Hook
Manchester City just paid £12.5 million for a 17-year-old who has never played a senior match. Jeremy Monga is a “talent,” but that price tag implies a certainty that no 17-year-old body—still two years from peak physical development—can justify. The math didn’t add up when I first read the release, but the mechanics are identical to what I see weekly in crypto: a project with zero product, a slick deck, and a $100 million valuation.
Context
The Premier League is in a bull market. TV rights inflate, sovereign wealth funds buy clubs, and the result is a bidding war for any teenager who can dribble. In crypto, the parallel is obvious: the 2024–2025 bull run has flooded the market with capital from ETFs, retail euphoria, and institutional FOMO. Every week, another “infrastructure” project raises $20 million on a whitepaper and a Twitter avatar. The hype cycle is the same—scarcity of future stars drives today’s price, not today’s utility.
Last month, I reviewed a Layer-2 rollup that had raised $15 million from a top-tier VC. The team had three members, no mainnet, and a tokenomics model that assumed 10% monthly user growth for three years.
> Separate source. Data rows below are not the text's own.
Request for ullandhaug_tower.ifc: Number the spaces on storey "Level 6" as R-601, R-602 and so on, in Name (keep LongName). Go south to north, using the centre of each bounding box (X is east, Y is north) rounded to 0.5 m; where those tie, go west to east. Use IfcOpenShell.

First a look at what the model holds.

```python
import ifcopenshell
import ifcopenshell.util.element
import ifcopenshell.util.placement

model = ifcopenshell.open("ullandhaug_tower.ifc")
print(model.schema)
storey = next(s for s in model.by_type("IfcBuildingStorey") if s.Name == "Level 6")
spaces = [e for e in ifcopenshell.util.element.get_decomposition(storey) if e.is_a("IfcSpace")]
for e in sorted(spaces, key=lambda e: e.id()):
    origin = ifcopenshell.util.placement.get_local_placement(e.ObjectPlacement)[:3, 3]
    print(e.id(), e.Name, e.LongName, origin.round(2) + 0.0, sep=" | ")
```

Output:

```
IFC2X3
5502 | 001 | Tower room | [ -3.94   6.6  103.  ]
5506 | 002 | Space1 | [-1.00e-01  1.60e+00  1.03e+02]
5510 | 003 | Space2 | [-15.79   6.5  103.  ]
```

```python
import ifcopenshell
import ifcopenshell.geom
import ifcopenshell.util.element
import ifcopenshell.util.shape

model = ifcopenshell.open("ullandhaug_tower.ifc")
settings = ifcopenshell.geom.settings()
settings.set("use-world-coords", True)


def centre(element):
    shape = ifcopenshell.geom.create_shape(settings, element)
    return ifcopenshell.util.shape.get_bbox_centroid(shape.geometry)


storey = next(s for s in model.by_type("IfcBuildingStorey") if s.Name == "Level 6")
spaces = [e for e in ifcopenshell.util.element.get_decomposition(storey) if e.is_a("IfcSpace")]

# Insertion points can sit at a corner or the storey origin, so sort by the geometry (in metres).
centres = {e: centre(e) for e in spaces}
spaces.sort(key=lambda e: (round(centres[e][1] / 0.5), centres[e][0]))

for i, e in enumerate(spaces, start=1):
    number = f"R-6{i:02d}"
    e.Name = number
    print(e.id(), number)

model.write("ullandhaug_tower_v2.ifc")
```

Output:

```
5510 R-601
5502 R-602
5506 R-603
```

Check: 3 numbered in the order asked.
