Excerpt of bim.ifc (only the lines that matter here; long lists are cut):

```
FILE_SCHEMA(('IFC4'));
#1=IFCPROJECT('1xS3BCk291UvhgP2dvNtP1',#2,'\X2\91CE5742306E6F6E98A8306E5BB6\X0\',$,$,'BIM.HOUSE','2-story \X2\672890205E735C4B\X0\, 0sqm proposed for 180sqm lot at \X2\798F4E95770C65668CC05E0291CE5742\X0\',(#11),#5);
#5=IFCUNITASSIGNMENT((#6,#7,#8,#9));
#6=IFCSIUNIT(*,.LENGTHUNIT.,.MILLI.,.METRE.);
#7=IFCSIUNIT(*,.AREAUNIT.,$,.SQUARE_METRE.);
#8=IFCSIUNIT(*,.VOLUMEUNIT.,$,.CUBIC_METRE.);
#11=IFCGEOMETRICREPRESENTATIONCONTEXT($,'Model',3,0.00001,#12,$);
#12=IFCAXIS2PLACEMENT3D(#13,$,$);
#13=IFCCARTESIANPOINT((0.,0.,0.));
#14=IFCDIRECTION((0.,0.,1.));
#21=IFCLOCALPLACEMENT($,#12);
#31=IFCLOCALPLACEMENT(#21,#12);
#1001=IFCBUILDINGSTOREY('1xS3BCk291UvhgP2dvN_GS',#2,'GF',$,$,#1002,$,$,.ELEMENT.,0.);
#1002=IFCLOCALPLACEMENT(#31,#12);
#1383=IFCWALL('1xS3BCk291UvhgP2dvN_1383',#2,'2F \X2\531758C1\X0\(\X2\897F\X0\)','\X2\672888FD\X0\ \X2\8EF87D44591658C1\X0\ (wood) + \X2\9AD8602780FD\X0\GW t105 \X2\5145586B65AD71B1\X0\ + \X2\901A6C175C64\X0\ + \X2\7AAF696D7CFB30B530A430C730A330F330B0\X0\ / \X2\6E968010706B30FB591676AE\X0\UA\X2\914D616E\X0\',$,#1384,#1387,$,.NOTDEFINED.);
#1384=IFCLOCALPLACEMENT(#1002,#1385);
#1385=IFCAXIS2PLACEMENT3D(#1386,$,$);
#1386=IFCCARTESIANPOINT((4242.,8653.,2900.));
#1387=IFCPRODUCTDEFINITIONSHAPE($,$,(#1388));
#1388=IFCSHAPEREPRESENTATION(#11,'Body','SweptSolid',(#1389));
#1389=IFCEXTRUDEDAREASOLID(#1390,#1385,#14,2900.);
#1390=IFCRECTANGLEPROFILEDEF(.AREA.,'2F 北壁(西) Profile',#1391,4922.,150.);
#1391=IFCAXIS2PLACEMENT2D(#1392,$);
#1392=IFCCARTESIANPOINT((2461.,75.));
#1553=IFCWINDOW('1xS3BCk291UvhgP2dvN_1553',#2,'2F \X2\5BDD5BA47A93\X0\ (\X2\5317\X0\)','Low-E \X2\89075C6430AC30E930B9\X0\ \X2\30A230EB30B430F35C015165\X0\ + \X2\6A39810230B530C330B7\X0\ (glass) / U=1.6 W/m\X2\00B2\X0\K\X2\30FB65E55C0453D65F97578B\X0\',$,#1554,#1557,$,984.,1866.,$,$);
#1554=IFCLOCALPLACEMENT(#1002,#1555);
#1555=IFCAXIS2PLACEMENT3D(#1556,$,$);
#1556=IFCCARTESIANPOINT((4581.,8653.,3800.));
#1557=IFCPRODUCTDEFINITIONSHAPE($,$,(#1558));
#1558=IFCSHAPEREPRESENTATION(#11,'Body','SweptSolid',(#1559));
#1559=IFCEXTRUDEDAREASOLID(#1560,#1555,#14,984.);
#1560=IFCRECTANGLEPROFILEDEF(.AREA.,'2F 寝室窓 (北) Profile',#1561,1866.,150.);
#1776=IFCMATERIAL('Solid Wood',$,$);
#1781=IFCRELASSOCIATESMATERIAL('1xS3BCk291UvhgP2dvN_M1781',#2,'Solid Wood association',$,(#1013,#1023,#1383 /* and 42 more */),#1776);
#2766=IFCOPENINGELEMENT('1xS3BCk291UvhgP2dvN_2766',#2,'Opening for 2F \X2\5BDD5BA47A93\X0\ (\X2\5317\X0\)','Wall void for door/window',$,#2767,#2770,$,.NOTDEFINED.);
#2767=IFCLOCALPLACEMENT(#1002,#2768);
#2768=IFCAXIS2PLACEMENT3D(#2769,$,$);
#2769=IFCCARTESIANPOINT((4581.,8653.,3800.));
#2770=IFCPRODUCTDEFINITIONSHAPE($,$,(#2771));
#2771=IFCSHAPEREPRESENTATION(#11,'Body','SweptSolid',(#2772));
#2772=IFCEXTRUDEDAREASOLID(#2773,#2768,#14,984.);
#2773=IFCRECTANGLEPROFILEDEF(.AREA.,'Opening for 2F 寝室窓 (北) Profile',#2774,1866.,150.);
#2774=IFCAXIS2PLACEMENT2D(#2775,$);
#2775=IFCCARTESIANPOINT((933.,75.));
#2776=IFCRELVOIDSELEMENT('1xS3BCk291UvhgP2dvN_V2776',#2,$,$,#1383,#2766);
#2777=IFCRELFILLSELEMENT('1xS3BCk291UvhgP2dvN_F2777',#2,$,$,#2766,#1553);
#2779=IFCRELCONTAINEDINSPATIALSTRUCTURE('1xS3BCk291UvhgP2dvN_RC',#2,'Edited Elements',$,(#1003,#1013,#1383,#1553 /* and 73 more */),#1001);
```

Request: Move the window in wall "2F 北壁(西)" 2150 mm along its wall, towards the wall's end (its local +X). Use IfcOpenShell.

```python
import ifcopenshell
import ifcopenshell.api.geometry
import ifcopenshell.util.placement
import ifcopenshell.util.unit

model = ifcopenshell.open("bim.ifc")
unit_scale = ifcopenshell.util.unit.calculate_unit_scale(model)

window = model.by_guid("1xS3BCk291UvhgP2dvN_1553")
opening = window.FillsVoids[0].RelatingOpeningElement
wall = opening.VoidsElements[0].RelatingBuildingElement

wall_matrix = ifcopenshell.util.placement.get_local_placement(wall.ObjectPlacement)
shift = wall_matrix[:3, 0] * 2.15 / unit_scale
before = ifcopenshell.util.placement.get_local_placement(window.ObjectPlacement)[:3, 3].copy()

# The window is not placed relative to its opening, so move both.
for product in (opening, window):
    matrix = ifcopenshell.util.placement.get_local_placement(product.ObjectPlacement)
    matrix[:3, 3] += shift
    ifcopenshell.api.geometry.edit_object_placement(model, product=product, matrix=matrix, is_si=False)

after = ifcopenshell.util.placement.get_local_placement(window.ObjectPlacement)[:3, 3]
print("window moved by", (after - before).round(3) + 0.0)

model.write("bim-out.ifc")
```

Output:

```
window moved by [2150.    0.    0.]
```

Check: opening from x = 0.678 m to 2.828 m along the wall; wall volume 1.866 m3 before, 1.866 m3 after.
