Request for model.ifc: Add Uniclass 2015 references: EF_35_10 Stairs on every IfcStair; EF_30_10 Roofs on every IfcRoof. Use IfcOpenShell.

First a look at what the model holds.

```python
import ifcopenshell

model = ifcopenshell.open("model.ifc")
print(model.schema)
print("classifications:", [c.Name for c in model.by_type("IfcClassification")])
for ifc_class in ("IfcDoor", "IfcRoof", "IfcStair", "IfcWall", "IfcWindow"):
    print(ifc_class, len(model.by_type(ifc_class)))
```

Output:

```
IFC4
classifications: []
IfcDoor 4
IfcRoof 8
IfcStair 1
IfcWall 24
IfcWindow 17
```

```python
import ifcopenshell
import ifcopenshell.api.classification

model = ifcopenshell.open("model.ifc")

system = ifcopenshell.api.classification.add_classification(model, classification="Uniclass 2015")

codes = {
    "IfcStair": ("EF_35_10", "Stairs"),
    "IfcRoof": ("EF_30_10", "Roofs"),
}
for ifc_class, (code, name) in codes.items():
    products = model.by_type(ifc_class)
    ifcopenshell.api.classification.add_reference(
        model, products=products, classification=system, identification=code, name=name
    )
    print(code, len(products))

model.write("model_edited.ifc")
```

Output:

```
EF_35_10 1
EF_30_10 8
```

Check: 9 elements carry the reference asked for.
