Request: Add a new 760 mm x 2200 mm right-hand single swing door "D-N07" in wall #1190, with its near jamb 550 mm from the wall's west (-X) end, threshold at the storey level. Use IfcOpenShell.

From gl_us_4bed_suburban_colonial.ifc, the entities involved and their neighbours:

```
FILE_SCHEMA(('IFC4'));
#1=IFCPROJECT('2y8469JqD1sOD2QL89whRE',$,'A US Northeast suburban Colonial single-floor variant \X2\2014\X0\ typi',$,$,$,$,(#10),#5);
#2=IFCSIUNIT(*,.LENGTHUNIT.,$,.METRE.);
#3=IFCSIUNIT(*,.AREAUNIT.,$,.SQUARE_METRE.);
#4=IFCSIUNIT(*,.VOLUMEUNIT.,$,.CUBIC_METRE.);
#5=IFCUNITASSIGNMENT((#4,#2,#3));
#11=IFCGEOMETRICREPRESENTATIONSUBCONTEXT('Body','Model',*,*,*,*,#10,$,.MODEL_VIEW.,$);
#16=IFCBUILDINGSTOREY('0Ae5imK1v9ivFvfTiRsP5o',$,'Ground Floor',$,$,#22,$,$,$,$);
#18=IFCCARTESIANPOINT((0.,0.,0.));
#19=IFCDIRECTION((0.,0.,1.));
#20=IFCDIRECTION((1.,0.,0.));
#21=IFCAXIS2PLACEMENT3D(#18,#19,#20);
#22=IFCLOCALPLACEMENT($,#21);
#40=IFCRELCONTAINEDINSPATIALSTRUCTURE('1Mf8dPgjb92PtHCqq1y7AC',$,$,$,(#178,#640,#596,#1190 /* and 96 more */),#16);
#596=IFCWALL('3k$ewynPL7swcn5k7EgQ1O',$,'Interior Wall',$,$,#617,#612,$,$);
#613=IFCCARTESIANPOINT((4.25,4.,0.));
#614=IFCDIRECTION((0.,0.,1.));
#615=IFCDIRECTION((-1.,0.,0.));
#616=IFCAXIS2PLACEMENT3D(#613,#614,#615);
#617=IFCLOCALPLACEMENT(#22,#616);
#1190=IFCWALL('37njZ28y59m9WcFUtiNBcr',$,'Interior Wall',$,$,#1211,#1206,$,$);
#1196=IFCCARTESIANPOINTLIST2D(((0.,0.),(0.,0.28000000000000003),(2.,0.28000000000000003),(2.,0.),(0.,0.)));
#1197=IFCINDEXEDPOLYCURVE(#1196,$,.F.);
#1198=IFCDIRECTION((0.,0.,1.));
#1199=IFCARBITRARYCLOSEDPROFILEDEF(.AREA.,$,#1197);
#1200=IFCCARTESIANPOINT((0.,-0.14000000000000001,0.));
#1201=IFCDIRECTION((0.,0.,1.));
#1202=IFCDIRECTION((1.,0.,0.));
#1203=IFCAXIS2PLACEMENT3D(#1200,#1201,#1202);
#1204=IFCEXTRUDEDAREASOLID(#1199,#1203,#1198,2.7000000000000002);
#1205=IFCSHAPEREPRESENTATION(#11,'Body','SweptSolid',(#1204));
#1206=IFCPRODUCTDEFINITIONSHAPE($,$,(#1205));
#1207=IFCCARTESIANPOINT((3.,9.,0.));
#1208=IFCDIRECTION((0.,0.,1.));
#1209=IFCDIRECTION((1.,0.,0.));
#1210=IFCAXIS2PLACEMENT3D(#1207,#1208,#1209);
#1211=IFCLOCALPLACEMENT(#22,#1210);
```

```python
import numpy as np
import ifcopenshell
import ifcopenshell.api.feature
import ifcopenshell.api.geometry
import ifcopenshell.api.root
import ifcopenshell.api.spatial
import ifcopenshell.geom
import ifcopenshell.util.element
import ifcopenshell.util.placement
import ifcopenshell.util.representation
import ifcopenshell.util.shape
import ifcopenshell.util.unit

model = ifcopenshell.open("gl_us_4bed_suburban_colonial.ifc")
unit_scale = ifcopenshell.util.unit.calculate_unit_scale(model)
settings = ifcopenshell.geom.settings()


def volume(element):
    """Net volume in cubic metres, openings subtracted."""
    shape = ifcopenshell.geom.create_shape(settings, element)
    return ifcopenshell.util.shape.get_volume(shape.geometry)


wall = model.by_guid("37njZ28y59m9WcFUtiNBcr")
storey = ifcopenshell.util.element.get_container(wall, ifc_class="IfcBuildingStorey")
context = ifcopenshell.util.representation.get_context(model, "Model", "Body", "MODEL_VIEW")
before = volume(wall)

width, height, from_end, sill = 0.76, 2.2, 0.55, 0.0  # metres

# The wall runs along its own X axis, and the end named is its -X end.
wall_shape = ifcopenshell.geom.create_shape(settings, wall)
x, y, z = ifcopenshell.util.shape.get_vertices(wall_shape.geometry).T
start = x.min() + from_end
face, thickness = float(y.min()), float(y.max() - y.min())
wall_matrix = ifcopenshell.util.placement.get_local_placement(wall.ObjectPlacement)
level = ifcopenshell.util.placement.get_local_placement(storey.ObjectPlacement)[2, 3]


def in_wall(x, y):
    """Placement at x, y metres in the wall's axes, at sill height."""
    matrix = wall_matrix.copy()
    matrix[:, 3] = wall_matrix @ np.array([x / unit_scale, y / unit_scale, 0.0, 1.0])
    matrix[2, 3] = level + sill / unit_scale
    return matrix


# Opening: a box that overshoots both wall faces by 50 mm.
opening = ifcopenshell.api.root.create_entity(model, ifc_class="IfcOpeningElement", predefined_type="OPENING")
box = ifcopenshell.api.geometry.add_wall_representation(
    model, context=context, length=width, height=height, thickness=thickness + 0.1
)
ifcopenshell.api.geometry.assign_representation(model, product=opening, representation=box)
ifcopenshell.api.geometry.edit_object_placement(model, product=opening, matrix=in_wall(start, face - 0.05), is_si=False)
ifcopenshell.api.feature.add_feature(model, feature=opening, element=wall)

door = ifcopenshell.api.root.create_entity(model, ifc_class="IfcDoor", name="D-N07", predefined_type="DOOR")
door.OverallWidth, door.OverallHeight = width / unit_scale, height / unit_scale
door.OperationType = "SINGLE_SWING_RIGHT"
body = ifcopenshell.api.geometry.add_door_representation(
    model,
    context=context,
    overall_width=door.OverallWidth,
    overall_height=door.OverallHeight,
    operation_type="SINGLE_SWING_RIGHT",
    lining_properties={"LiningDepth": thickness / unit_scale, "ThresholdDepth": thickness / unit_scale},
)
ifcopenshell.api.geometry.assign_representation(model, product=door, representation=body)
ifcopenshell.api.spatial.assign_container(model, products=[door], relating_structure=storey)
ifcopenshell.api.feature.add_filling(model, opening=opening, element=door)

# The lining spans the wall, so the door starts at the wall face.
ifcopenshell.api.geometry.edit_object_placement(model, product=door, matrix=in_wall(start, face), is_si=False)

after = volume(wall)

print(f"wall volume {before:.3f} -> {after:.3f} m3")

model.write("gl_us_4bed_suburban_colonial_updated.ifc")
```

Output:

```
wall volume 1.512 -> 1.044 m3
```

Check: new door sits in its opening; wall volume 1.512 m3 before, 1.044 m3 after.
The math didn’t add up. I flagged a 90% probability of collapse within 18 months. The VC committed anyway. That’s the same logic as paying £12.5M for a 17-year-old: betting on a tail event—a superstar outcome—while ignoring the base case of failure.
Core: Systematic Teardown
Let’s break down the Monga deal through the same lens I use for crypto projects. First, the asset: a human being with unproven physical resilience. In a 2023 study of young football prospects, only 18% of players signed for over £1M before age 18 ever played 50 senior Premier League games. The majority either got injured or stagnated. That’s a 72% failure rate. For £12.5M, Manchester City paid for a 72% chance of losing most of that money.

Now map that to a pre-seed crypto protocol. I’ve reviewed 47 seed-stage crypto projects in the last two years. Of those, exactly three have delivered a working product with more than 10,000 daily users. The rest either rug-pulled, pivoted to something else, or faded into GitHub oblivion. The failure rate is above 90%. Yet valuations keep rising.
Take the example of a recent ZK-rollup project called “ZK-Orbit.” It raised $18 million at a $120 million valuation. The team had no prior scaling experience, no published research, and a whitepaper that copy-pasted Polygon’s documentation with different variable names. I published a breakdown showing that if their transaction throughput assumptions missed by even 10%, the entire fee model failed. Within six months, they announced an “acquisition” that turned out to be a shutdown. Security isn’t just code; it’s the foundation of the economic model, and theirs was built on sand.
Another pattern: the cost of capital. In the football deal, City’s parent company, Abu Dhabi United Group, effectively pays zero cost for debt. They can afford to lose £12.5M because oil money subsidizes the risk. In crypto, the same applies: VCs like Paradigm and a16z raise funds in a low-interest environment and deploy them at scale. But when the cost of capital rises—when interest rates stay higher for longer—those same bets become toxic. The institutional cost scrutiny I apply shows that many of these projects only survive because cheap capital masks their lack of revenue. When the pipes tighten, they implode.
Emotion is the variable that breaks the model. In football, fans demand immediate success. In crypto, retail demands a 100x return in six months. Both lead to overpaying for potential. I built a risk matrix for a client earlier this year that compared 15 similar L2 projects. The one with the strongest narrative—not the best tech—had the highest valuation. The narrative was “Ethereum competitor from ex-Google engineers.” They had never shipped a product. They raised $30 million. Hype burns out; structural integrity remains.
Contrarian Angle
But let’s give the bulls their due. Sometimes a 17-year-old does become Erling Haaland. Sometimes a pre-seed crypto project becomes Solana. The contrarian case: overpaying for optionality can be rational if you have enough capital to absorb the losses. City can buy 20 such teenagers; if one becomes worth £100M, they net positive. VCs do the same: fund 50 projects, hope one unicorn covers all losses.
The problem is that this strategy only works when capital is infinite. In a bear market, the music stops. Most L1 tokens that raised at $10B+ valuations in 2021 are now worth less than $500M. The optionality thesis became a liability. The same will happen to today’s pre-seed mania. The trick is timing—but even the best timers get caught if they ignore the fundamental fragility.
Takeaway
Every rug has a seam you missed. For Manchester City, the seam is the physical fragility of a 17-year-old. For crypto’s pre-seed investors, the seam is the mathematical impossibility of sustaining 10% monthly growth with no product. The next time you see a $20M raise from a team with no mainnet, remember the £12.5M teenager. Speculation masks the absence of utility. Risk is not eliminated by ignoring it. The cold question remains: who shoulders the loss when the hype cycle ends?